(Collected data)
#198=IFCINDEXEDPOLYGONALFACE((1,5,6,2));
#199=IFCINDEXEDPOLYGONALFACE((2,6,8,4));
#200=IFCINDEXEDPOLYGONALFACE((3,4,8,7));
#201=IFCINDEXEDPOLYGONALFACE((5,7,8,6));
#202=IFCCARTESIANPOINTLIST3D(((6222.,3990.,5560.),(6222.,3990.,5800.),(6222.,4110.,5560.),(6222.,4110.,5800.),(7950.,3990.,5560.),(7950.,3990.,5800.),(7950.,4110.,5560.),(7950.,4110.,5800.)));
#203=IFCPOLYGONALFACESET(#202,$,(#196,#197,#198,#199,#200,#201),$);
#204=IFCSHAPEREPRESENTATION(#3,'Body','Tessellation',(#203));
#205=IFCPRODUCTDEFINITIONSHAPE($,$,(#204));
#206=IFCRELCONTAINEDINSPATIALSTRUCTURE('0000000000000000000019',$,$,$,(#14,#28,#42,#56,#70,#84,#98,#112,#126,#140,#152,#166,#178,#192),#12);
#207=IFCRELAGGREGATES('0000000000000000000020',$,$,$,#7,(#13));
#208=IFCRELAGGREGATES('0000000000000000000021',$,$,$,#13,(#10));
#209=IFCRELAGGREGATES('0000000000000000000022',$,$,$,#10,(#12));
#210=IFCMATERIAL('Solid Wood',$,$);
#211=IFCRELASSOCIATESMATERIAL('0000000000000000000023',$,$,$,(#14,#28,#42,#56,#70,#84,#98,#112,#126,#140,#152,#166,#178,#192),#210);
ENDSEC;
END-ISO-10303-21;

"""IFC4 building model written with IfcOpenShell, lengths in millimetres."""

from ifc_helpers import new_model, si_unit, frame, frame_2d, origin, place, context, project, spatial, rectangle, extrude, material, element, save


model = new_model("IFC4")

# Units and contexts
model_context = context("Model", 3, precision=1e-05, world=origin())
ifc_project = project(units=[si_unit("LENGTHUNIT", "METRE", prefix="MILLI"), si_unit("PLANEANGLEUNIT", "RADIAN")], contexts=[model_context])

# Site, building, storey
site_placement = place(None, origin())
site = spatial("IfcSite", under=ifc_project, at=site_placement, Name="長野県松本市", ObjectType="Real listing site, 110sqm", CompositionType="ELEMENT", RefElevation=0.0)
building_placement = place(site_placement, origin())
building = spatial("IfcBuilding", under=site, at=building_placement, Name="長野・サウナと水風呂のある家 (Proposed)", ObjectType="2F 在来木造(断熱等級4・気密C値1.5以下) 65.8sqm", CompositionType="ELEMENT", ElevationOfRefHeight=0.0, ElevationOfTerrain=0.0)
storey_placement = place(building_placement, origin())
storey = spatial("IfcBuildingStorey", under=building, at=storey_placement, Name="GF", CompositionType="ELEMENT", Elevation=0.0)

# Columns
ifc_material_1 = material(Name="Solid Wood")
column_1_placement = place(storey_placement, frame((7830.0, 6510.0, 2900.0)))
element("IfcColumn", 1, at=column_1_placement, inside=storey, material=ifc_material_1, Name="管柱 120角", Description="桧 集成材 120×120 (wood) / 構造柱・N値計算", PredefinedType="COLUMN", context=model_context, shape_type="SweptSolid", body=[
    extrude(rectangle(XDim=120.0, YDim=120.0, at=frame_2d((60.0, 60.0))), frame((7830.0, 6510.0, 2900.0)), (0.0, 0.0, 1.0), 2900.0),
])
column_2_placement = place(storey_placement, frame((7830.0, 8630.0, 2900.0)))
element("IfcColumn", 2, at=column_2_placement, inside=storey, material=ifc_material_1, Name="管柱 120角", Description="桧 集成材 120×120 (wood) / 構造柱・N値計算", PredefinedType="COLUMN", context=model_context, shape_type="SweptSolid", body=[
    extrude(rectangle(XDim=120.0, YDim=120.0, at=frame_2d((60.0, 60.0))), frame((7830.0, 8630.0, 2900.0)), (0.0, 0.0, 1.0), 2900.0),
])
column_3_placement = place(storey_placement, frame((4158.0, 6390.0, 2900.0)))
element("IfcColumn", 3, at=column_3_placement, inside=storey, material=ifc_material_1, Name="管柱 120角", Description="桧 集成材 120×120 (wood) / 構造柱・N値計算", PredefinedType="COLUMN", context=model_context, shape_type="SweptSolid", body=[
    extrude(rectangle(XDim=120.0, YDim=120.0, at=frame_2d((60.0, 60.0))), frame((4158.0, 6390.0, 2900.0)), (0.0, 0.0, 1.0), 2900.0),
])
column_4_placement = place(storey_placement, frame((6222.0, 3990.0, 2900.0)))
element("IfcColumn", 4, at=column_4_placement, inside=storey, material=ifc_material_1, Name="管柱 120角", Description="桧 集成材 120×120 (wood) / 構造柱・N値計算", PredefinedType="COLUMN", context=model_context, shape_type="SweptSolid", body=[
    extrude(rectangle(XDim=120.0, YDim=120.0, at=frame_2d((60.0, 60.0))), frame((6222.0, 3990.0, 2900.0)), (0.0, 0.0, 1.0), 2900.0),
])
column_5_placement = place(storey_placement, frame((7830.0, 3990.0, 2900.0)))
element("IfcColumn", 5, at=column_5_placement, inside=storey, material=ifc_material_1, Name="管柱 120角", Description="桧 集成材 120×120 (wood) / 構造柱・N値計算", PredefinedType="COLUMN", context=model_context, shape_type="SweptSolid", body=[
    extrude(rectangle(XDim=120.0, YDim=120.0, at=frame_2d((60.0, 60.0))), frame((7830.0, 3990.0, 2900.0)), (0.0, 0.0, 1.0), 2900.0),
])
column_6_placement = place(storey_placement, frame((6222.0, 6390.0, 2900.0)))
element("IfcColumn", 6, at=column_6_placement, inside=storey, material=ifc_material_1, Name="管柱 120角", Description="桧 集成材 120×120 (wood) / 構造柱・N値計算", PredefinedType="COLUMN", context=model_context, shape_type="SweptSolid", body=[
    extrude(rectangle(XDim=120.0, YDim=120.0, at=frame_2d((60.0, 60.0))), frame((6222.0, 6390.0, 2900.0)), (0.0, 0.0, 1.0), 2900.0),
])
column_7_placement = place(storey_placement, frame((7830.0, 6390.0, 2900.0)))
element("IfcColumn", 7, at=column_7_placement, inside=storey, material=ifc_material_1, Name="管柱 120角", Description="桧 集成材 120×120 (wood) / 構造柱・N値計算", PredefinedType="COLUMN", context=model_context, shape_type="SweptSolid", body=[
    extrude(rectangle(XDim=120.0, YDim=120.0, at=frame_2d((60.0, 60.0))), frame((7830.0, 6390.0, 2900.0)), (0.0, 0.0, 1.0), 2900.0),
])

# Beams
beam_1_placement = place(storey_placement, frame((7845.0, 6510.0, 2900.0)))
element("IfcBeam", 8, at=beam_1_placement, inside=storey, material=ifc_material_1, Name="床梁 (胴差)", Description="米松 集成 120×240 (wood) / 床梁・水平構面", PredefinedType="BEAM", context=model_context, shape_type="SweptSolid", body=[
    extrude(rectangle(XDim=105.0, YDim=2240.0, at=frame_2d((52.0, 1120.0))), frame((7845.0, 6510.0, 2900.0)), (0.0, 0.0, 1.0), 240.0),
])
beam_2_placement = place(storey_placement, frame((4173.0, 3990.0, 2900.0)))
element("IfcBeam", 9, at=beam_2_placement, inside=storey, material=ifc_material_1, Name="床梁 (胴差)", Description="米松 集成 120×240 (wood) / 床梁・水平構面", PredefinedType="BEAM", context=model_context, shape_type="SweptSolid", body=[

### Requirement
Type out the entries once more, precisely.

### Expected output
#198=IFCINDEXEDPOLYGONALFACE((1,5,6,2));
#199=IFCINDEXEDPOLYGONALFACE((2,6,8,4));
#200=IFCINDEXEDPOLYGONALFACE((3,4,8,7));
#201=IFCINDEXEDPOLYGONALFACE((5,7,8,6));
#202=IFCCARTESIANPOINTLIST3D(((6222.,3990.,5560.),(6222.,3990.,5800.),(6222.,4110.,5560.),(6222.,4110.,5800.),(7950.,3990.,5560.),(7950.,3990.,5800.),(7950.,4110.,5560.),(7950.,4110.,5800.)));
#203=IFCPOLYGONALFACESET(#202,$,(#196,#197,#198,#199,#200,#201),$);
#204=IFCSHAPEREPRESENTATION(#3,'Body','Tessellation',(#203));
#205=IFCPRODUCTDEFINITIONSHAPE($,$,(#204));
#206=IFCRELCONTAINEDINSPATIALSTRUCTURE('0000000000000000000019',$,$,$,(#14,#28,#42,#56,#70,#84,#98,#112,#126,#140,#152,#166,#178,#192),#12);
#207=IFCRELAGGREGATES('0000000000000000000020',$,$,$,#7,(#13));
#208=IFCRELAGGREGATES('0000000000000000000021',$,$,$,#13,(#10));
#209=IFCRELAGGREGATES('0000000000000000000022',$,$,$,#10,(#12));
#210=IFCMATERIAL('Solid Wood',$,$);
#211=IFCRELASSOCIATESMATERIAL('0000000000000000000023',$,$,$,(#14,#28,#42,#56,#70,#84,#98,#112,#126,#140,#152,#166,#178,#192),#210);
ENDSEC;
END-ISO-10303-21;

"""IFC4 building model written with IfcOpenShell, lengths in millimetres."""

from ifc_helpers import new_model, si_unit, frame, frame_2d, origin, place, context, project, spatial, rectangle, extrude, material, element, save


model = new_model("IFC4")

# Units and contexts
model_context = context("Model", 3, precision=1e-05, world=origin())
ifc_project = project(units=[si_unit("LENGTHUNIT", "METRE", prefix="MILLI"), si_unit("PLANEANGLEUNIT", "RADIAN")], contexts=[model_context])

# Site, building, storey
site_placement = place(None, origin())
site = spatial("IfcSite", under=ifc_project, at=site_placement, Name="長野県松本市", ObjectType="Real listing site, 110sqm", CompositionType="ELEMENT", RefElevation=0.0)
building_placement = place(site_placement, origin())
building = spatial("IfcBuilding", under=site, at=building_placement, Name="長野・サウナと水風呂のある家 (Proposed)", ObjectType="2F 在来木造(断熱等級4・気密C値1.5以下) 65.8sqm", CompositionType="ELEMENT", ElevationOfRefHeight=0.0, ElevationOfTerrain=0.0)
storey_placement = place(building_placement, origin())
storey = spatial("IfcBuildingStorey", under=building, at=storey_placement, Name="GF", CompositionType="ELEMENT", Elevation=0.0)

# Columns
ifc_material_1 = material(Name="Solid Wood")
column_1_placement = place(storey_placement, frame((7830.0, 6510.0, 2900.0)))
element("IfcColumn", 1, at=column_1_placement, inside=storey, material=ifc_material_1, Name="管柱 120角", Description="桧 集成材 120×120 (wood) / 構造柱・N値計算", PredefinedType="COLUMN", context=model_context, shape_type="SweptSolid", body=[
    extrude(rectangle(XDim=120.0, YDim=120.0, at=frame_2d((60.0, 60.0))), frame((7830.0, 6510.0, 2900.0)), (0.0, 0.0, 1.0), 2900.0),
])
column_2_placement = place(storey_placement, frame((7830.0, 8630.0, 2900.0)))
element("IfcColumn", 2, at=column_2_placement, inside=storey, material=ifc_material_1, Name="管柱 120角", Description="桧 集成材 120×120 (wood) / 構造柱・N値計算", PredefinedType="COLUMN", context=model_context, shape_type="SweptSolid", body=[
    extrude(rectangle(XDim=120.0, YDim=120.0, at=frame_2d((60.0, 60.0))), frame((7830.0, 8630.0, 2900.0)), (0.0, 0.0, 1.0), 2900.0),
])
column_3_placement = place(storey_placement, frame((4158.0, 6390.0, 2900.0)))
element("IfcColumn", 3, at=column_3_placement, inside=storey, material=ifc_material_1, Name="管柱 120角", Description="桧 集成材 120×120 (wood) / 構造柱・N値計算", PredefinedType="COLUMN", context=model_context, shape_type="SweptSolid", body=[
    extrude(rectangle(XDim=120.0, YDim=120.0, at=frame_2d((60.0, 60.0))), frame((4158.0, 6390.0, 2900.0)), (0.0, 0.0, 1.0), 2900.0),
])
column_4_placement = place(storey_placement, frame((6222.0, 3990.0, 2900.0)))
element("IfcColumn", 4, at=column_4_placement, inside=storey, material=ifc_material_1, Name="管柱 120角", Description="桧 集成材 120×120 (wood) / 構造柱・N値計算", PredefinedType="COLUMN", context=model_context, shape_type="SweptSolid", body=[
    extrude(rectangle(XDim=120.0, YDim=120.0, at=frame_2d((60.0, 60.0))), frame((6222.0, 3990.0, 2900.0)), (0.0, 0.0, 1.0), 2900.0),
])
column_5_placement = place(storey_placement, frame((7830.0, 3990.0, 2900.0)))
element("IfcColumn", 5, at=column_5_placement, inside=storey, material=ifc_material_1, Name="管柱 120角", Description="桧 集成材 120×120 (wood) / 構造柱・N値計算", PredefinedType="COLUMN", context=model_context, shape_type="SweptSolid", body=[
    extrude(rectangle(XDim=120.0, YDim=120.0, at=frame_2d((60.0, 60.0))), frame((7830.0, 3990.0, 2900.0)), (0.0, 0.0, 1.0), 2900.0),
])
column_6_placement = place(storey_placement, frame((6222.0, 6390.0, 2900.0)))
element("IfcColumn", 6, at=column_6_placement, inside=storey, material=ifc_material_1, Name="管柱 120角", Description="桧 集成材 120×120 (wood) / 構造柱・N値計算", PredefinedType="COLUMN", context=model_context, shape_type="SweptSolid", body=[
    extrude(rectangle(XDim=120.0, YDim=120.0, at=frame_2d((60.0, 60.0))), frame((6222.0, 6390.0, 2900.0)), (0.0, 0.0, 1.0), 2900.0),
])
column_7_placement = place(storey_placement, frame((7830.0, 6390.0, 2900.0)))
element("IfcColumn", 7, at=column_7_placement, inside=storey, material=ifc_material_1, Name="管柱 120角", Description="桧 集成材 120×120 (wood) / 構造柱・N値計算", PredefinedType="COLUMN", context=model_context, shape_type="SweptSolid", body=[
    extrude(rectangle(XDim=120.0, YDim=120.0, at=frame_2d((60.0, 60.0))), frame((7830.0, 6390.0, 2900.0)), (0.0, 0.0, 1.0), 2900.0),
])

# Beams
beam_1_placement = place(storey_placement, frame((7845.0, 6510.0, 2900.0)))
element("IfcBeam", 8, at=beam_1_placement, inside=storey, material=ifc_material_1, Name="床梁 (胴差)", Description="米松 集成 120×240 (wood) / 床梁・水平構面", PredefinedType="BEAM", context=model_context, shape_type="SweptSolid", body=[
    extrude(rectangle(XDim=105.0, YDim=2240.0, at=frame_2d((52.0, 1120.0))), frame((7845.0, 6510.0, 2900.0)), (0.0, 0.0, 1.0), 240.0),
])
beam_2_placement = place(storey_placement, frame((4173.0, 3990.0, 2900.0)))
element("IfcBeam", 9, at=beam_2_placement, inside=storey, material=ifc_material_1, Name="床梁 (胴差)", Description="米松 集成 120×240 (wood) / 床梁・水平構面", PredefinedType="BEAM", context=model_context, shape_type="SweptSolid", body=[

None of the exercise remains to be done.